Staatsanwaltschaft: "Hinterlistiger Überfall" aus niederen Bewegggründen

Das Opfer rannte davon, der 41-Jähriger mit einem Schlagstock hinterher und der 52-Jährige stürmte von der anderen Seite auf den flüchtenden Mann zu. Das Opfer schaffte es zwar noch auszuweichen, stürzte aber kurz danach – und dann sollen die beiden Angreifer auf ihn losgegangen sein. 15 bis 20 Schläge soll der Ulmer auf Kopf, Schulter und Gesicht erlitten haben, hinzu kommen laut Anklage mindestens sieben Stiche in der Hüftgegend.
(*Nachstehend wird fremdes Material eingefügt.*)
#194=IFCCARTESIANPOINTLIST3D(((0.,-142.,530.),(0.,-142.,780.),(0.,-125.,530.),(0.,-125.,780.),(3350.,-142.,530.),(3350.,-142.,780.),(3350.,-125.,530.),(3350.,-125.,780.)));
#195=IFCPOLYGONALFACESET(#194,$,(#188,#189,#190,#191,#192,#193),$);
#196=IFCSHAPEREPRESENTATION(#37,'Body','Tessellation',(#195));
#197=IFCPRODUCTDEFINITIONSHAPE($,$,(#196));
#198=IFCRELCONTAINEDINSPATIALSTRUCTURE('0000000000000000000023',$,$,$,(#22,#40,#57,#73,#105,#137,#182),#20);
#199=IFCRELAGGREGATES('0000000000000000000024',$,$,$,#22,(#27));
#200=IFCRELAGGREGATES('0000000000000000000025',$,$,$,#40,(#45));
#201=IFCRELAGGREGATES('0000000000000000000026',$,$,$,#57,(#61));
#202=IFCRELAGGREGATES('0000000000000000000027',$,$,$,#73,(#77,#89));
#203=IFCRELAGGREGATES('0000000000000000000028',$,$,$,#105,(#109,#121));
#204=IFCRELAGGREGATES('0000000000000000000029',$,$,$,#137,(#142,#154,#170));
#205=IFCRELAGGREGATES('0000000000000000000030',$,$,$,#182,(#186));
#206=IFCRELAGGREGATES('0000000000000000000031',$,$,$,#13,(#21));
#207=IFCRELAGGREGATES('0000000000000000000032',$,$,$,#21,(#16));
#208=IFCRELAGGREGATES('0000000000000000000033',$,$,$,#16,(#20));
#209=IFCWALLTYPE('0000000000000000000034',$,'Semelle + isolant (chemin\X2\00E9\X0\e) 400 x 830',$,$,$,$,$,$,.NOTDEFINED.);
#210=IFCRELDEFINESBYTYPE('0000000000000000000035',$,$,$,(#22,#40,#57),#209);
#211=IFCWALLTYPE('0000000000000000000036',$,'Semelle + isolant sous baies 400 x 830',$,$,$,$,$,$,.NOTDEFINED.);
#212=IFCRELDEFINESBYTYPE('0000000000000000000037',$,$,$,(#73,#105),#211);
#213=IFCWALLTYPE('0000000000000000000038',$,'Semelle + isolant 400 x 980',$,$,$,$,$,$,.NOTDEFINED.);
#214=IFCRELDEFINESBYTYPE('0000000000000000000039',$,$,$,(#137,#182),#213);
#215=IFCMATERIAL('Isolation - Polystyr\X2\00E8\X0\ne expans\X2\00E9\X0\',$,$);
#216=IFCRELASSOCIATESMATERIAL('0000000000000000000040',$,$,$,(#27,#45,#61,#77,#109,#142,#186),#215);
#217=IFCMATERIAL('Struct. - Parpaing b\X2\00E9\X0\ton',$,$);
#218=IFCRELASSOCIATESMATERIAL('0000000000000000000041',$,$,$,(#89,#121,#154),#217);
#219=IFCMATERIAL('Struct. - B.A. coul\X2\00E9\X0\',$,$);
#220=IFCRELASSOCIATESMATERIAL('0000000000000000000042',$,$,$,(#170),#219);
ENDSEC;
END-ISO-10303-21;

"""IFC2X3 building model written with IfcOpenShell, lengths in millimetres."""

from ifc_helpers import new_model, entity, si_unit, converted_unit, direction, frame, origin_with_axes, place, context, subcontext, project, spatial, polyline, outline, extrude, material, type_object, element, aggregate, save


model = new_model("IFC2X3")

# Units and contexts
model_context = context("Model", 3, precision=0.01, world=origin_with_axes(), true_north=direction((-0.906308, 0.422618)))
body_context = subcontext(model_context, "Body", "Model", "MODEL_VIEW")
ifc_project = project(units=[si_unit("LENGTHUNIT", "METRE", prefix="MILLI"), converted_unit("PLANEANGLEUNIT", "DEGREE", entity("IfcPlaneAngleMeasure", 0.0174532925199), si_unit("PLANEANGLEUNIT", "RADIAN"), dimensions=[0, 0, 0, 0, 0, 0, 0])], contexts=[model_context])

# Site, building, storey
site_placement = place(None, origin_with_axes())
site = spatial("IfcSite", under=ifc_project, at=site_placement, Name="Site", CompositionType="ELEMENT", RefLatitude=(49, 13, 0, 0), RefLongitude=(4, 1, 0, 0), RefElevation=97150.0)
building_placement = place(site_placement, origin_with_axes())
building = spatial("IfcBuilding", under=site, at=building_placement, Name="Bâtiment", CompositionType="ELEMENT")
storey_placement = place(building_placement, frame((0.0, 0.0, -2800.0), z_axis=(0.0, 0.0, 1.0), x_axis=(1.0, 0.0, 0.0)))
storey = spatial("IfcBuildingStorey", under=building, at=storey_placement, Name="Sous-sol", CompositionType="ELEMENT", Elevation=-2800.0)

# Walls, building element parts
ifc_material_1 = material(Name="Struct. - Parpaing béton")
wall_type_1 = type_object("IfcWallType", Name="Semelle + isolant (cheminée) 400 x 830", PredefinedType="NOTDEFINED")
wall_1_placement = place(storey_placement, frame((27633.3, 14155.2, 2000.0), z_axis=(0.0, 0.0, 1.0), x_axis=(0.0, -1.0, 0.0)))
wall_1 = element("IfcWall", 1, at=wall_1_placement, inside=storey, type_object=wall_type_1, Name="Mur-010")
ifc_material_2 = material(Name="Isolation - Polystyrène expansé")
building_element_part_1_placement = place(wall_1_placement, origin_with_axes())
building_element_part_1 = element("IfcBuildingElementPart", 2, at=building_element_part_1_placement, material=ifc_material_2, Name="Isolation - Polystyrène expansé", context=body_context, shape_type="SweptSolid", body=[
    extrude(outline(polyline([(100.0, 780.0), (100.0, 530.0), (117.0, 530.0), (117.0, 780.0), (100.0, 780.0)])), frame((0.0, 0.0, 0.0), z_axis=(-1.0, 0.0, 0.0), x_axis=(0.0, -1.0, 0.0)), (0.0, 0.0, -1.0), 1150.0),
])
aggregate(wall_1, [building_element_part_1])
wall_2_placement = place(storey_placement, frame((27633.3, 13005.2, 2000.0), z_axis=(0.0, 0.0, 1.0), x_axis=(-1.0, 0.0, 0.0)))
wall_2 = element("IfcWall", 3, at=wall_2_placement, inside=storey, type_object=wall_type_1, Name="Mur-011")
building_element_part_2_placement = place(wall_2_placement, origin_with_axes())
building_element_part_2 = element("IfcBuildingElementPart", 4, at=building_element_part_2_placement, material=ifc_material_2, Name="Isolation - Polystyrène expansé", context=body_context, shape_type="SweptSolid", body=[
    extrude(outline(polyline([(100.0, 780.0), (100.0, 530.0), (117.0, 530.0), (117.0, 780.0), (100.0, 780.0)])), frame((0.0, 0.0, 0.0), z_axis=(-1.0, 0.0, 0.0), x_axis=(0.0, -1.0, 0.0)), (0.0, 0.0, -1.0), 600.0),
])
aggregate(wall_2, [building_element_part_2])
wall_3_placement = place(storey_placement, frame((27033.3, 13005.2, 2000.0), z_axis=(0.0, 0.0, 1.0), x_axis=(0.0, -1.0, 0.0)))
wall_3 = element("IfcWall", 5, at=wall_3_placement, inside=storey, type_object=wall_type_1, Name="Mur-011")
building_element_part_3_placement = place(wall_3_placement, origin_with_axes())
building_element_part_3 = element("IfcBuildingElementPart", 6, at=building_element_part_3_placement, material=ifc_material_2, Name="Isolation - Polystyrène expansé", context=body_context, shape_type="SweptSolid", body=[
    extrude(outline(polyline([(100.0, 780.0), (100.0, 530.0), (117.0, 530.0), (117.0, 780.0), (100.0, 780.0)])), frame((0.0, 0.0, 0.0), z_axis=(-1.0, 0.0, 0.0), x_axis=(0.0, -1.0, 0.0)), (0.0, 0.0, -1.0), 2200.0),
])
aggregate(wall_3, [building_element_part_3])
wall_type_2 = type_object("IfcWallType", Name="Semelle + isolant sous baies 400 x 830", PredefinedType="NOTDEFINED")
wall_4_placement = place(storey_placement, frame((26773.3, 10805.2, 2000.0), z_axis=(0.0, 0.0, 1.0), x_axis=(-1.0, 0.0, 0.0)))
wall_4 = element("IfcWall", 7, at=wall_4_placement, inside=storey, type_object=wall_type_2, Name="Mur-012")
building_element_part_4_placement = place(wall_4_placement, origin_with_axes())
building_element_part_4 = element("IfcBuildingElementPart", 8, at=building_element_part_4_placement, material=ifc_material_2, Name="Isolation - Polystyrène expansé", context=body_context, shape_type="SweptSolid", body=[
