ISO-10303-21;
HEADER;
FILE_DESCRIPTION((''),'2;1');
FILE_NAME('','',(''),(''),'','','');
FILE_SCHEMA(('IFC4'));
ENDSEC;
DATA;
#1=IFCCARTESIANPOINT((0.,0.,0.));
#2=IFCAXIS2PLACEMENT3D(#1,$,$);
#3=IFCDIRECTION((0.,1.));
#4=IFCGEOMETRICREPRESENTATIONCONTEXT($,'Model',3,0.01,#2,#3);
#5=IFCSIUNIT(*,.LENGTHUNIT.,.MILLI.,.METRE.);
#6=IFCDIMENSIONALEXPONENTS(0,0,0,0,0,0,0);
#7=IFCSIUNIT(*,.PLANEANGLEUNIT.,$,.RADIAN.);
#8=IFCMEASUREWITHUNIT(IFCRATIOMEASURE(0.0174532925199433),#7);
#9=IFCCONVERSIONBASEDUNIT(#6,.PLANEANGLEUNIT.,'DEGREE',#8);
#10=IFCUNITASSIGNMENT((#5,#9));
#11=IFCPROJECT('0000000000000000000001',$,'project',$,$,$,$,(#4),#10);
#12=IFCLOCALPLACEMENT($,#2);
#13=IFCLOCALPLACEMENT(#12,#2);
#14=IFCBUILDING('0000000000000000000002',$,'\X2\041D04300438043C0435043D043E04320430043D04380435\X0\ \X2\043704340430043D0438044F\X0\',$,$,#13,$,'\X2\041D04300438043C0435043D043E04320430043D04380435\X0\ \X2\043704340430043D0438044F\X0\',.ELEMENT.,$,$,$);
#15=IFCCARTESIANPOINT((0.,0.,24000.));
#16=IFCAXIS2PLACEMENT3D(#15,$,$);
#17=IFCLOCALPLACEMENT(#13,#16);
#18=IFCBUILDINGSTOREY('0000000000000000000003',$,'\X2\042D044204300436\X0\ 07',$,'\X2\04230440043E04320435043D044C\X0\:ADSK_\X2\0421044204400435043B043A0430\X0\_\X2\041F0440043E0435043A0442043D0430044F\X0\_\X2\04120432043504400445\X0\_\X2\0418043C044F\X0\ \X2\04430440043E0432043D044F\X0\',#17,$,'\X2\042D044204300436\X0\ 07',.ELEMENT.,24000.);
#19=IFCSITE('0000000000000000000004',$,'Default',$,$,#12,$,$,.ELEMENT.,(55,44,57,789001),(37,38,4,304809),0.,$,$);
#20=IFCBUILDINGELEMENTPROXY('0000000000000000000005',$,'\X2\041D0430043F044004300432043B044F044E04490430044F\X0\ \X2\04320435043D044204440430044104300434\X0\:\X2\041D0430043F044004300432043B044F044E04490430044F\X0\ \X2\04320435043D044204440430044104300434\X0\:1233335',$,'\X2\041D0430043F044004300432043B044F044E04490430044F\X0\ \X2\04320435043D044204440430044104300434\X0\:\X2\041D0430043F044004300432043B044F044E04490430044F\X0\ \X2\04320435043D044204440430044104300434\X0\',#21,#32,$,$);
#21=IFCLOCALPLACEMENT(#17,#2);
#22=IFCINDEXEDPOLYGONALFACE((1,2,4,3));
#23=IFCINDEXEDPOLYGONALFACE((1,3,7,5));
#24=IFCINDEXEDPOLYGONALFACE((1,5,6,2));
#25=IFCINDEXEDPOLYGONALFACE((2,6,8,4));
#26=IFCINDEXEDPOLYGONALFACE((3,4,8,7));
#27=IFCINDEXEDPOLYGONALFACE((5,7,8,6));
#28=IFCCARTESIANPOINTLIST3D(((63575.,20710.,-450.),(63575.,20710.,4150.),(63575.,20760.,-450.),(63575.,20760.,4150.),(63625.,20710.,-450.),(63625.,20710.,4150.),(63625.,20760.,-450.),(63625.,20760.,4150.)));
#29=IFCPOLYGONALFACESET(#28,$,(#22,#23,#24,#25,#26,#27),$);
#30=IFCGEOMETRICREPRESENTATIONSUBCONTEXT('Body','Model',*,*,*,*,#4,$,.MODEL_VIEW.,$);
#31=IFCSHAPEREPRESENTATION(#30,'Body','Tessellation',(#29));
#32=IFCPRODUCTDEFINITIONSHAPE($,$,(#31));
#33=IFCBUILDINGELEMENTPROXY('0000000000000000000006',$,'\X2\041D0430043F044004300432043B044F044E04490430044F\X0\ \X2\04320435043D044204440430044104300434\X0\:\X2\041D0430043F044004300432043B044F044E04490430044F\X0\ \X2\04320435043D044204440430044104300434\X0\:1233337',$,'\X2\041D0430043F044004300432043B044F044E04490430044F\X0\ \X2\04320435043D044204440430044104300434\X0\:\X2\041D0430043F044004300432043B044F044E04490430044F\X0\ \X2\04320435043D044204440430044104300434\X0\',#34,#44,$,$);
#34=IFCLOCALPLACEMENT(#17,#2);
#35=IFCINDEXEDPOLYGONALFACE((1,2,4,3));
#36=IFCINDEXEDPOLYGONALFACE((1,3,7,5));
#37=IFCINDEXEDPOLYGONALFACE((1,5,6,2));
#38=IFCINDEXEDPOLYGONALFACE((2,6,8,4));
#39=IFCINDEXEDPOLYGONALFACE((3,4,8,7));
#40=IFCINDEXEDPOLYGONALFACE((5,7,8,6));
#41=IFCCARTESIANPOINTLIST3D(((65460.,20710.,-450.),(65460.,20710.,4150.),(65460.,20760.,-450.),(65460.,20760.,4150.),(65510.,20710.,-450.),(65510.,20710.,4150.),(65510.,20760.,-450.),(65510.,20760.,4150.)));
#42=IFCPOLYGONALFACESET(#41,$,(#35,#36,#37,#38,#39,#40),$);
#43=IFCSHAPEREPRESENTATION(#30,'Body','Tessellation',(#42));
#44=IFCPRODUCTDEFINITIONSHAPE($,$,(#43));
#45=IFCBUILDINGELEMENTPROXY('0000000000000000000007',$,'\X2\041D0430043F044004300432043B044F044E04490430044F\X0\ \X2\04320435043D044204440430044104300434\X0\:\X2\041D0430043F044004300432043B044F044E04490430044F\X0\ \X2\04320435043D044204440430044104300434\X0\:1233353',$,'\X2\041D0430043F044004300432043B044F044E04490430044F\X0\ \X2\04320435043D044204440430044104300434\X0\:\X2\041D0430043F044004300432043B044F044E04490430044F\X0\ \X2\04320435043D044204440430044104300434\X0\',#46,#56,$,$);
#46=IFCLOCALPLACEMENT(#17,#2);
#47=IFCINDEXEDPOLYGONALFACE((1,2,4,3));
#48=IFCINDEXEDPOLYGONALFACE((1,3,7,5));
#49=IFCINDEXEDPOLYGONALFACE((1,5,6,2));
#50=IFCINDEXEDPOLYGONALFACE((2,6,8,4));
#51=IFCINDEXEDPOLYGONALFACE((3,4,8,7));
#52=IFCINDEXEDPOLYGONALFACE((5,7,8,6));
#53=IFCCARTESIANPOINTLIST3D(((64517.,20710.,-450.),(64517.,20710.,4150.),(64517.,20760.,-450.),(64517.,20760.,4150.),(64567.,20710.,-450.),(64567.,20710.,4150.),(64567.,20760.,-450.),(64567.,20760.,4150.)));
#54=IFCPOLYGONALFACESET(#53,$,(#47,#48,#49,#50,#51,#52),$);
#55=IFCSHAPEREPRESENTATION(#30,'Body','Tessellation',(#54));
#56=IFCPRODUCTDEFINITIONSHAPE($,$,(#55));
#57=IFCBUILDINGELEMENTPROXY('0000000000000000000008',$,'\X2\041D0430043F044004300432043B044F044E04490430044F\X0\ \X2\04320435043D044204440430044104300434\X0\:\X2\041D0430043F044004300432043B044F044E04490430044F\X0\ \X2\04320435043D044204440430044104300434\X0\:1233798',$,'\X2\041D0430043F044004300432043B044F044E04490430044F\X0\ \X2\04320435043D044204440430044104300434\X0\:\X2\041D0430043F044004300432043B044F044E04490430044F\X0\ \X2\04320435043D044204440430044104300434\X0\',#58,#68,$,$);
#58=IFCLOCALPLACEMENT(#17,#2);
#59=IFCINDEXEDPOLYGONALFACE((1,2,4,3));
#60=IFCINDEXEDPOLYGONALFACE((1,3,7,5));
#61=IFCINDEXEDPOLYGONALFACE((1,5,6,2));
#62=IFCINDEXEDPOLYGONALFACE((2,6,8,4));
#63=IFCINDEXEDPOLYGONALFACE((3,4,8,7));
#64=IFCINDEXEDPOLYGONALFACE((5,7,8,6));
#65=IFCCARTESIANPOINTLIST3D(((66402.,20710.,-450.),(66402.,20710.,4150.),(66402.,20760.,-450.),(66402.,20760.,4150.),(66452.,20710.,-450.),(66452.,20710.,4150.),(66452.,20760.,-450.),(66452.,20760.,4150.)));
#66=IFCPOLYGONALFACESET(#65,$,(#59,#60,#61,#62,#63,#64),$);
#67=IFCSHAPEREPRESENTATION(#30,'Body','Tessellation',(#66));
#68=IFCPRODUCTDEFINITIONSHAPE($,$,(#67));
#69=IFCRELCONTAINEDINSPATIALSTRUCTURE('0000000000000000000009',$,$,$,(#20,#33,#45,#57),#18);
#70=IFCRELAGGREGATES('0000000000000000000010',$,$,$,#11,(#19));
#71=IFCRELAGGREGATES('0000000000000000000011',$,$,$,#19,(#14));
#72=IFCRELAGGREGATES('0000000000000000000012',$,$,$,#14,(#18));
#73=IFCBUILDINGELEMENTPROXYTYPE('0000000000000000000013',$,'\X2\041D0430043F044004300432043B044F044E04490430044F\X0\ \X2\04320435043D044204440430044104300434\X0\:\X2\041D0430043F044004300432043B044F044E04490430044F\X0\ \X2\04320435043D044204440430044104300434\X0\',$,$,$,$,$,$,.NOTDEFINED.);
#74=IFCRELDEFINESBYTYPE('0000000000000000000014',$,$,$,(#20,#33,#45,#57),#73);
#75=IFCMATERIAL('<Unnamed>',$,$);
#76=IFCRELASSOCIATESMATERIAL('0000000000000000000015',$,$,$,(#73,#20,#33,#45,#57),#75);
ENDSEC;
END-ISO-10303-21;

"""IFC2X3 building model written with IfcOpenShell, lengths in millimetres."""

from ifc_helpers import new_model, entity, si_unit, converted_unit, direction, frame, origin, origin_2d_with_axis, place, context, subcontext, project, spatial, rectangle, extrude, source, transform, mapped, material, type_object, type_shapes, element, save


model = new_model("IFC2X3")

# Units and contexts
model_context = context("Model", 3, precision=0.01, world=origin(), true_north=direction((0.0, 1.0)))
body_context = subcontext(model_context, "Body", "Model", "MODEL_VIEW")
ifc_project = project(units=[si_unit("LENGTHUNIT", "METRE", prefix="MILLI"), converted_unit("PLANEANGLEUNIT", "DEGREE", entity("IfcRatioMeasure", 0.0174532925199433), si_unit("PLANEANGLEUNIT", "RADIAN"), dimensions=[0, 0, 0, 0, 0, 0, 0])], contexts=[model_context])

# Site, building, storey
site_placement = place(None, origin())
site = spatial("IfcSite", under=ifc_project, at=site_placement, Name="Default", CompositionType="ELEMENT", RefLatitude=(55, 44, 57, 789001), RefLongitude=(37, 38, 4, 304809), RefElevation=0.0)
building_placement = place(site_placement, origin())
building = spatial("IfcBuilding", under=site, at=building_placement, Name="Наименование здания", LongName="Наименование здания", CompositionType="ELEMENT")
storey_placement = place(building_placement, frame((0.0, 0.0, 24000.0)))
storey = spatial("IfcBuildingStorey", under=building, at=storey_placement, Name="Этаж 07", ObjectType="Уровень:ADSK_Стрелка_Проектная_Вверх_Имя уровня", LongName="Этаж 07", CompositionType="ELEMENT", Elevation=24000.0)

# Building element proxies
ifc_material_1 = material(Name="<Unnamed>")
building_element_proxy_type_1 = type_object("IfcBuildingElementProxyType", Name="Направляющая вентфасад:Направляющая вентфасад", PredefinedType="NOTDEFINED", material=ifc_material_1)
shared_shape_1 = source(origin(), body_context, "Body", "SweptSolid", [
    extrude(rectangle(XDim=50.0, YDim=50.0, at=origin_2d_with_axis()), frame((25.0, -25.0, 0.0), z_axis=(0.0, 0.0, 1.0), x_axis=(-1.0, 0.0, 0.0)), (0.0, 0.0, 1.0), 4600.0),
])
type_shapes(building_element_proxy_type_1, [shared_shape_1])
for number, where, z_axis, x_axis, name in (
    (1, (63625.0, 20710.0, -450.0), (0.0, 0.0, 1.0), (-1.0, 0.0, 0.0), "Направляющая вентфасад:Направляющая вентфасад:1233335"),
    (2, (65510.0, 20710.0, -450.0), (0.0, 0.0, 1.0), (-1.0, 0.0, 0.0), "Направляющая вентфасад:Направляющая вентфасад:1233337"),
    (3, (64567.0, 20710.0, -450.0), (0.0, 0.0, 1.0), (-1.0, 0.0, 0.0), "Направляющая вентфасад:Направляющая вентфасад:1233353"),
    (4, (66452.0, 20710.0, -450.0), (0.0, 0.0, 1.0), (-1.0, 0.0, 0.0), "Направляющая вентфасад:Направляющая вентфасад:1233798"),
):
    element("IfcBuildingElementProxy", number, at=place(storey_placement, frame(where, z_axis=z_axis, x_axis=x_axis)), inside=storey, type_object=building_element_proxy_type_1, material=ifc_material_1, Name=name, ObjectType="Направляющая вентфасад:Направляющая вентфасад", context=body_context, shape_type="MappedRepresentation", body=[
        mapped(shared_shape_1, transform((0.0, 0.0, 0.0), scale=1.0)),
    ])

save(model, "model.ifc")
Er erlitt dabei schwere Verletzungen, unter anderem ein Schädel-Hirn-Trauma, Schnitt- und Platzwunden, eine offene Nasenbeinfraktur und andere Brüche.

Durch Hilferufe wurden Anwohner auf das Geschehen aufmerksam, die beiden Angreifer flüchteten. Durch eine Großfahndung der Polizei wurden die beiden aber noch am selben Tag gefasst. Seitdem sitzen sie in Untersuchungshaft. Laut Anklage soll der 52-Jährige diesen „hinterlistigen Überfall“ aus niederen Beweggründen geplant haben: Er sei „voller Hass und Eifersucht“ gewesen.

Angeklagter Ex-Mann sei "voller Hass und Eifersucht" gewesen sein

Der 41-Jährige erklärte beim Prozessauftakt, er wollte „behilflich sein, dem Mann eine Abreibung zu verpassen“. Er entschuldigte sich vor Gericht beim Opfer: „Das, was ich gemacht habe, war falsch. Es tut mir leid.“ Er habe ihn nicht in diesem Maße verletzen wollen. Dass der 52-Jährige einen Reifen zerstochen und ein Messer dabei hatte, habe er nicht gewusst.

Dem widersprach der 52-Jährige: Statt eines Messers habe er damals einen Schraubenzieher benutzt – und dieser habe ihm sein Mitangeklagter noch extra scharf geschliffen. Der neue Partner seiner Ex-Frau – die Scheidung wurde im Dezember 2018 vollzogen – habe ihn zudem schon mehrmals angegriffen. Geplant hätten sie den Angriff in jener Nacht nicht, den Schlagstock hätten sie „nur für alle Fälle“ dabei gehabt – und als der Mann am Boden gelegen habe, hätten sie ihn nicht mehr attackiert.